▶ [TASK DIRECTIONS]
Each line of the material below with the word "IFCPRODUCTDEFINITIONSHAPE" is to be reported.
+++ THE DATA +++
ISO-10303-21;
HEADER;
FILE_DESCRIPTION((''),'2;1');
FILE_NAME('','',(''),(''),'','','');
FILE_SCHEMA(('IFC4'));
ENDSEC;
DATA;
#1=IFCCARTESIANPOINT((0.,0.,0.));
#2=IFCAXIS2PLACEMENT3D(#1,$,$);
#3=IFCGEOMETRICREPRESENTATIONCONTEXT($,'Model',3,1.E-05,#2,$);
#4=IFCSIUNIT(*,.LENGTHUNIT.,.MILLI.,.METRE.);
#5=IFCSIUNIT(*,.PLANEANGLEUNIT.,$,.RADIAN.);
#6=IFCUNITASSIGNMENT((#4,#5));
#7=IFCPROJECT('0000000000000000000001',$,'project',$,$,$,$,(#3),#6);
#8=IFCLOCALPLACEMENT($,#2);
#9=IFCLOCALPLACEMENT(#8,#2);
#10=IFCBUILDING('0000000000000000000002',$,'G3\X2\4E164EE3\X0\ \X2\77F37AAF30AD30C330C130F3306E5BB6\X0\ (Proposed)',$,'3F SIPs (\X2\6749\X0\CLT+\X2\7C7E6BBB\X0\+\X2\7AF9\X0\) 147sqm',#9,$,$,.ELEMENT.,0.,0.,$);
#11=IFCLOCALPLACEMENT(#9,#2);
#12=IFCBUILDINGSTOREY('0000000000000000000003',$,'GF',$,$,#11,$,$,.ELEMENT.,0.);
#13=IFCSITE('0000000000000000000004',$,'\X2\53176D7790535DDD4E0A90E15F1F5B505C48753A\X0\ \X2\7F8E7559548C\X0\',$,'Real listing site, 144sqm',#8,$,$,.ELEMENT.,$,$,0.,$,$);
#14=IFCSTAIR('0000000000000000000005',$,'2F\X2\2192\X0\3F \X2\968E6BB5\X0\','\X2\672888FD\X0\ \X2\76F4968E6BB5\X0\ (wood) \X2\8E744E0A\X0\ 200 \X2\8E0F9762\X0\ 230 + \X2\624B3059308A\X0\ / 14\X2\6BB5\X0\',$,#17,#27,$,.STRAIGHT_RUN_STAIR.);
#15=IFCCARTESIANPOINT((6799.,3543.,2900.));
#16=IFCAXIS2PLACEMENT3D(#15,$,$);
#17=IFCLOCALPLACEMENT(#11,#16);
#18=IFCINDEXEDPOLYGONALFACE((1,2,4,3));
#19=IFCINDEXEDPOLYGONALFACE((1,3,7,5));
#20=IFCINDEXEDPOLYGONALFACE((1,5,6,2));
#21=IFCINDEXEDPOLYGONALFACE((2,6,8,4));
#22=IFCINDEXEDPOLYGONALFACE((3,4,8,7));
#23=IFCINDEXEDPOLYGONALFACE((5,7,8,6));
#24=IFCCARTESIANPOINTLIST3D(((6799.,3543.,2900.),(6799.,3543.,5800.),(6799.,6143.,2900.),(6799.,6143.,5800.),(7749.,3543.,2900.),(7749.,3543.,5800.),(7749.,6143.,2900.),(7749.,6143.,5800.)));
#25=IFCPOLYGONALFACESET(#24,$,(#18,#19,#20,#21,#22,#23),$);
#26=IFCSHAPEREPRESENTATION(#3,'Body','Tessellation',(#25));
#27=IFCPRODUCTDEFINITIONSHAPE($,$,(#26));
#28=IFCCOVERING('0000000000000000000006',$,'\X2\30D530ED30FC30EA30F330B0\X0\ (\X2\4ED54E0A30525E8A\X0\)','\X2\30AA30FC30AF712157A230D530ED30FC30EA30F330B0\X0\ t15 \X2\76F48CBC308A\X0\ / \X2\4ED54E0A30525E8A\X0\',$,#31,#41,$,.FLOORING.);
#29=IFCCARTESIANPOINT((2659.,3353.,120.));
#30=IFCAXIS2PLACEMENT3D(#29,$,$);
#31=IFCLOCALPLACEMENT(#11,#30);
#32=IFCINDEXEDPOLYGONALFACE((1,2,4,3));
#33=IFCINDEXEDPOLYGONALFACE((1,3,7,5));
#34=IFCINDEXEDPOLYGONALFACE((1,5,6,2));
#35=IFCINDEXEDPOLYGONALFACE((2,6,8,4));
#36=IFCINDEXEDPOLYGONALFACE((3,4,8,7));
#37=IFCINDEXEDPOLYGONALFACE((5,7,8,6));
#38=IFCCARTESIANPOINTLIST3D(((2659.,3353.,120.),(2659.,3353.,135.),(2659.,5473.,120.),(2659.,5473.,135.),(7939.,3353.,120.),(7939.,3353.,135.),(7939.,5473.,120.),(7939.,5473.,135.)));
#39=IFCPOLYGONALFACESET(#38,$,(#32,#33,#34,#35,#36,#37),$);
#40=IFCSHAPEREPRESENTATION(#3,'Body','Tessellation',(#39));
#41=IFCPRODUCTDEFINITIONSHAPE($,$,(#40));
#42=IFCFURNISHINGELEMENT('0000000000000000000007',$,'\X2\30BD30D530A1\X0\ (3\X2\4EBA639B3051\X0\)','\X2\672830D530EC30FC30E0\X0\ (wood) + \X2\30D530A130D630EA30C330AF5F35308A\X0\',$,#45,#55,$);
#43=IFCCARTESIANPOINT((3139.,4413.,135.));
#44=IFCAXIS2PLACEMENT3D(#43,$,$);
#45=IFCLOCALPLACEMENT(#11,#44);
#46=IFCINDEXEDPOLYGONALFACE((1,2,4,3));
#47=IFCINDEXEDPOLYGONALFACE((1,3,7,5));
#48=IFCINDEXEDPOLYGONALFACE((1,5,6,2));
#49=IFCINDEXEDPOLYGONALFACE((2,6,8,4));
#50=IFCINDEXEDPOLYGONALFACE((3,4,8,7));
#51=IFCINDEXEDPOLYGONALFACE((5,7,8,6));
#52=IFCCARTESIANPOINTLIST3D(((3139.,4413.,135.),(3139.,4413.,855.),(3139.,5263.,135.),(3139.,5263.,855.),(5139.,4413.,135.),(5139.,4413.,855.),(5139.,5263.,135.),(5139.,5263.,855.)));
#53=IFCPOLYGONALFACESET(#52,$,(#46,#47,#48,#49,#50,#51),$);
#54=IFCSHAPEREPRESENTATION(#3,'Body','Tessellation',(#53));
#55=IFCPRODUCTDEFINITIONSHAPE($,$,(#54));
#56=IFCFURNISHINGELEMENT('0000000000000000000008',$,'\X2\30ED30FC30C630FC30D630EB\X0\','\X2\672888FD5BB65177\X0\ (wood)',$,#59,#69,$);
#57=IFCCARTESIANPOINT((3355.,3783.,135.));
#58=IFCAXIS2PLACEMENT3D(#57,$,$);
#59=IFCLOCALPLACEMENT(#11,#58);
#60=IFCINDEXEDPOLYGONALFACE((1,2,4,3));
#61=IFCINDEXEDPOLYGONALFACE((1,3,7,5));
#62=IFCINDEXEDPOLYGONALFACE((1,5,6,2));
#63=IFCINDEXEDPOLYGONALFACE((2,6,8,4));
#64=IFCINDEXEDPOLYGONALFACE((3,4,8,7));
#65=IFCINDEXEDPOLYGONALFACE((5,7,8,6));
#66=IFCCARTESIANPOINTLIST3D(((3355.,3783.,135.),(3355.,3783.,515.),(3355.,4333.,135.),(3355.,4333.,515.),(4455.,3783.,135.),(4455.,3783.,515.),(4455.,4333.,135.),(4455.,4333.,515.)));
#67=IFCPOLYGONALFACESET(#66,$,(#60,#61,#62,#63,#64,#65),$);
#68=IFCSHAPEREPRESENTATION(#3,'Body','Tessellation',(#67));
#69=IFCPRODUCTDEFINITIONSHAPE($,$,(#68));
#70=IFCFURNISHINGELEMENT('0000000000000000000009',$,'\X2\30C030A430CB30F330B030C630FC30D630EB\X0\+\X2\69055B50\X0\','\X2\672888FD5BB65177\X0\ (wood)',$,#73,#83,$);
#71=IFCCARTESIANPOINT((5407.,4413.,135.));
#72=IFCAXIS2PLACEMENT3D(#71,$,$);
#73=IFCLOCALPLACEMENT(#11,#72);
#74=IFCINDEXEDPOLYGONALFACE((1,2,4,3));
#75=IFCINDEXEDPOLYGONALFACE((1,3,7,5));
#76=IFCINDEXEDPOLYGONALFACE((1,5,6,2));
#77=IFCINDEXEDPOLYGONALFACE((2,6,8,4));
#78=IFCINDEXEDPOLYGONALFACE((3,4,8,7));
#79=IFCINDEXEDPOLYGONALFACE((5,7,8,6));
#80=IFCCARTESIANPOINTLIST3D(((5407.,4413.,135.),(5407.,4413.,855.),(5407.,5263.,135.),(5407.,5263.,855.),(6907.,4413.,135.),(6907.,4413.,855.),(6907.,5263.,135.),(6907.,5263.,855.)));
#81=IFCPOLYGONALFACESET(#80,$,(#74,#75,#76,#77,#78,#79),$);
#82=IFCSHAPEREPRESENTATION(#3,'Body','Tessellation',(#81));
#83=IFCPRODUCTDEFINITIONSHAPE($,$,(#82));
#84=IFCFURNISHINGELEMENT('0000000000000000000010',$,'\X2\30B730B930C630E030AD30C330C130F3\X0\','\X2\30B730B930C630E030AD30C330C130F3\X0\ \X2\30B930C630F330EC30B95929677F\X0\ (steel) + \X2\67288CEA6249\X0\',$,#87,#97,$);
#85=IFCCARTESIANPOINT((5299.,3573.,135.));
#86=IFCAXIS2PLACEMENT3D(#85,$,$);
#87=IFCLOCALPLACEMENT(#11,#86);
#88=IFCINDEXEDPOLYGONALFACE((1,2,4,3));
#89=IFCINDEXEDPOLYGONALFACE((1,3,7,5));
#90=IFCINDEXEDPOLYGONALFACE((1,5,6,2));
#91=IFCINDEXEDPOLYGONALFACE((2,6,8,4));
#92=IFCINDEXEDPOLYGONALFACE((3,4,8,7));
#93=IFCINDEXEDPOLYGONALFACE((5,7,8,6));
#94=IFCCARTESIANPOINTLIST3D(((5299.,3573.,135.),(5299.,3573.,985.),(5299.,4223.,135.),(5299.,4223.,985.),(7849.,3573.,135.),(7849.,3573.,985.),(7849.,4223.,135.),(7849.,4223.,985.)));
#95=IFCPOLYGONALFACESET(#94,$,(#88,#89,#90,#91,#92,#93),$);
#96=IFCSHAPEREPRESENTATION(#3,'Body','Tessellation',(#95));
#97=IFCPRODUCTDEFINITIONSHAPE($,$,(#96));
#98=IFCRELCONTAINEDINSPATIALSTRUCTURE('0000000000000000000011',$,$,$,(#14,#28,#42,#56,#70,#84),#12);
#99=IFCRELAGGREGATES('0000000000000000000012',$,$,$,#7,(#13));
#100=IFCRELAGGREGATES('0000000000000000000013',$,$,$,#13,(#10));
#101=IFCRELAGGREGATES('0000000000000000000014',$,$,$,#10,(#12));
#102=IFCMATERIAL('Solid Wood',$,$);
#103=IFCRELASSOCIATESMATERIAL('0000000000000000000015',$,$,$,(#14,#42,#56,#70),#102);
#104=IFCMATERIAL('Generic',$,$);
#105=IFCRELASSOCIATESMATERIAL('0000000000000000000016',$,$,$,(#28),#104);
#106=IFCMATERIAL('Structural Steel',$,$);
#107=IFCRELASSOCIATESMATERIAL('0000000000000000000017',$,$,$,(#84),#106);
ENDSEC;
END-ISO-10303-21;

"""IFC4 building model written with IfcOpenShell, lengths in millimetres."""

from ifc_helpers import new_model, si_unit, frame, frame_2d, origin, place, context, project, spatial, rectangle, extrude, material, element, save


model = new_model("IFC4")

# Units and contexts
model_context = context("Model", 3, precision=1e-05, world=origin())
ifc_project = project(units=[si_unit("LENGTHUNIT", "METRE", prefix="MILLI"), si_unit("PLANEANGLEUNIT", "RADIAN")], contexts=[model_context])

# Site, building, storey
site_placement = place(None, origin())
site = spatial("IfcSite", under=ifc_project, at=site_placement, Name="北海道川上郡弟子屈町 美留和", ObjectType="Real listing site, 144sqm", CompositionType="ELEMENT", RefElevation=0.0)
building_placement = place(site_placement, origin())
building = spatial("IfcBuilding", under=site, at=building_placement, Name="G3世代 石窯キッチンの家 (Proposed)", ObjectType="3F SIPs (杉CLT+籾殻+竹) 147sqm", CompositionType="ELEMENT", ElevationOfRefHeight=0.0, ElevationOfTerrain=0.0)
storey_placement = place(building_placement, origin())
storey = spatial("IfcBuildingStorey", under=building, at=storey_placement, Name="GF", CompositionType="ELEMENT", Elevation=0.0)

# Shared definitions
ifc_material_1 = material(Name="Solid Wood")
ifc_material_2 = material(Name="Generic")

# Stair
stair_1_placement = place(storey_placement, frame((6799.0, 3543.0, 2900.0)))
element("IfcStair", 1, at=stair_1_placement, inside=storey, material=ifc_material_1, Name="2F→3F 階段", Description="木製 直階段 (wood) 蹴上 200 踏面 230 + 手すり / 14段", PredefinedType="STRAIGHT_RUN_STAIR", context=model_context, shape_type="SweptSolid", body=[
    extrude(rectangle(XDim=950.0, YDim=2600.0, at=frame_2d((475.0, 1300.0))), frame((6799.0, 3543.0, 2900.0)), (0.0, 0.0, 1.0), 2900.0),
])

# Covering
covering_placement = place(storey_placement, frame((2659.0, 3353.0, 120.0)))
element("IfcCovering", 2, at=covering_placement, inside=storey, material=ifc_material_2, Name="フローリング (仕上げ床)", Description="オーク無垢フローリング t15 直貼り / 仕上げ床", PredefinedType="FLOORING", context=model_context, shape_type="SweptSolid", body=[
    extrude(rectangle(XDim=5280.0, YDim=2120.0, at=frame_2d((2640.0, 1060.0))), frame((2659.0, 3353.0, 120.0)), (0.0, 0.0, 1.0), 15.0),
])

# Furnishing elements
furnishing_1_placement = place(storey_placement, frame((3139.0, 4413.0, 135.0)))
element("IfcFurnishingElement", 3, at=furnishing_1_placement, inside=storey, material=ifc_material_1, Name="ソファ (3人掛け)", Description="木フレーム (wood) + ファブリック張り", context=model_context, shape_type="SweptSolid", body=[
    extrude(rectangle(XDim=2000.0, YDim=850.0, at=frame_2d((1000.0, 425.0))), frame((3139.0, 4413.0, 135.0)), (0.0, 0.0, 1.0), 720.0),
])
furnishing_2_placement = place(storey_placement, frame((3355.0, 3783.0, 135.0)))
element("IfcFurnishingElement", 4, at=furnishing_2_placement, inside=storey, material=ifc_material_1, Name="ローテーブル", Description="木製家具 (wood)", context=model_context, shape_type="SweptSolid", body=[
    extrude(rectangle(XDim=1100.0, YDim=550.0, at=frame_2d((550.0, 275.0))), frame((3355.0, 3783.0, 135.0)), (0.0, 0.0, 1.0), 380.0),
])
furnishing_3_placement = place(storey_placement, frame((5407.0, 4413.0, 135.0)))
element("IfcFurnishingElement", 5, at=furnishing_3_placement, inside=storey, material=ifc_material_1, Name="ダイニングテーブル+椅子", Description="木製家具 (wood)", context=model_context, shape_type="SweptSolid", body=[
    extrude(rectangle(XDim=1500.0, YDim=850.0, at=frame_2d((750.0, 425.0))), frame((5407.0, 4413.0, 135.0)), (0.0, 0.0, 1.0), 720.0),
])
ifc_material_3 = material(Name="Structural Steel")
furnishing_4_placement = place(storey_placement, frame((5299.0, 3573.0, 135.0)))
element("IfcFurnishingElement", 6, at=furnishing_4_placement, inside=storey, material=ifc_material_3, Name="システムキッチン", Description="システムキッチン ステンレス天板 (steel) + 木質扉", context=model_context, shape_type="SweptSolid", body=[
    extrude(rectangle(XDim=2550.0, YDim=650.0, at=frame_2d((1275.0, 325.0))), frame((5299.0, 3573.0, 135.0)), (0.0, 0.0, 1.0), 850.0),
])

save(model, "model.ifc")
+++
▶ [WORKED SOLUTION]
#27=IFCPRODUCTDEFINITIONSHAPE($,$,(#26));
#41=IFCPRODUCTDEFINITIONSHAPE($,$,(#40));
#55=IFCPRODUCTDEFINITIONSHAPE($,$,(#54));
#69=IFCPRODUCTDEFINITIONSHAPE($,$,(#68));
#83=IFCPRODUCTDEFINITIONSHAPE($,$,(#82));
#97=IFCPRODUCTDEFINITIONSHAPE($,$,(#96));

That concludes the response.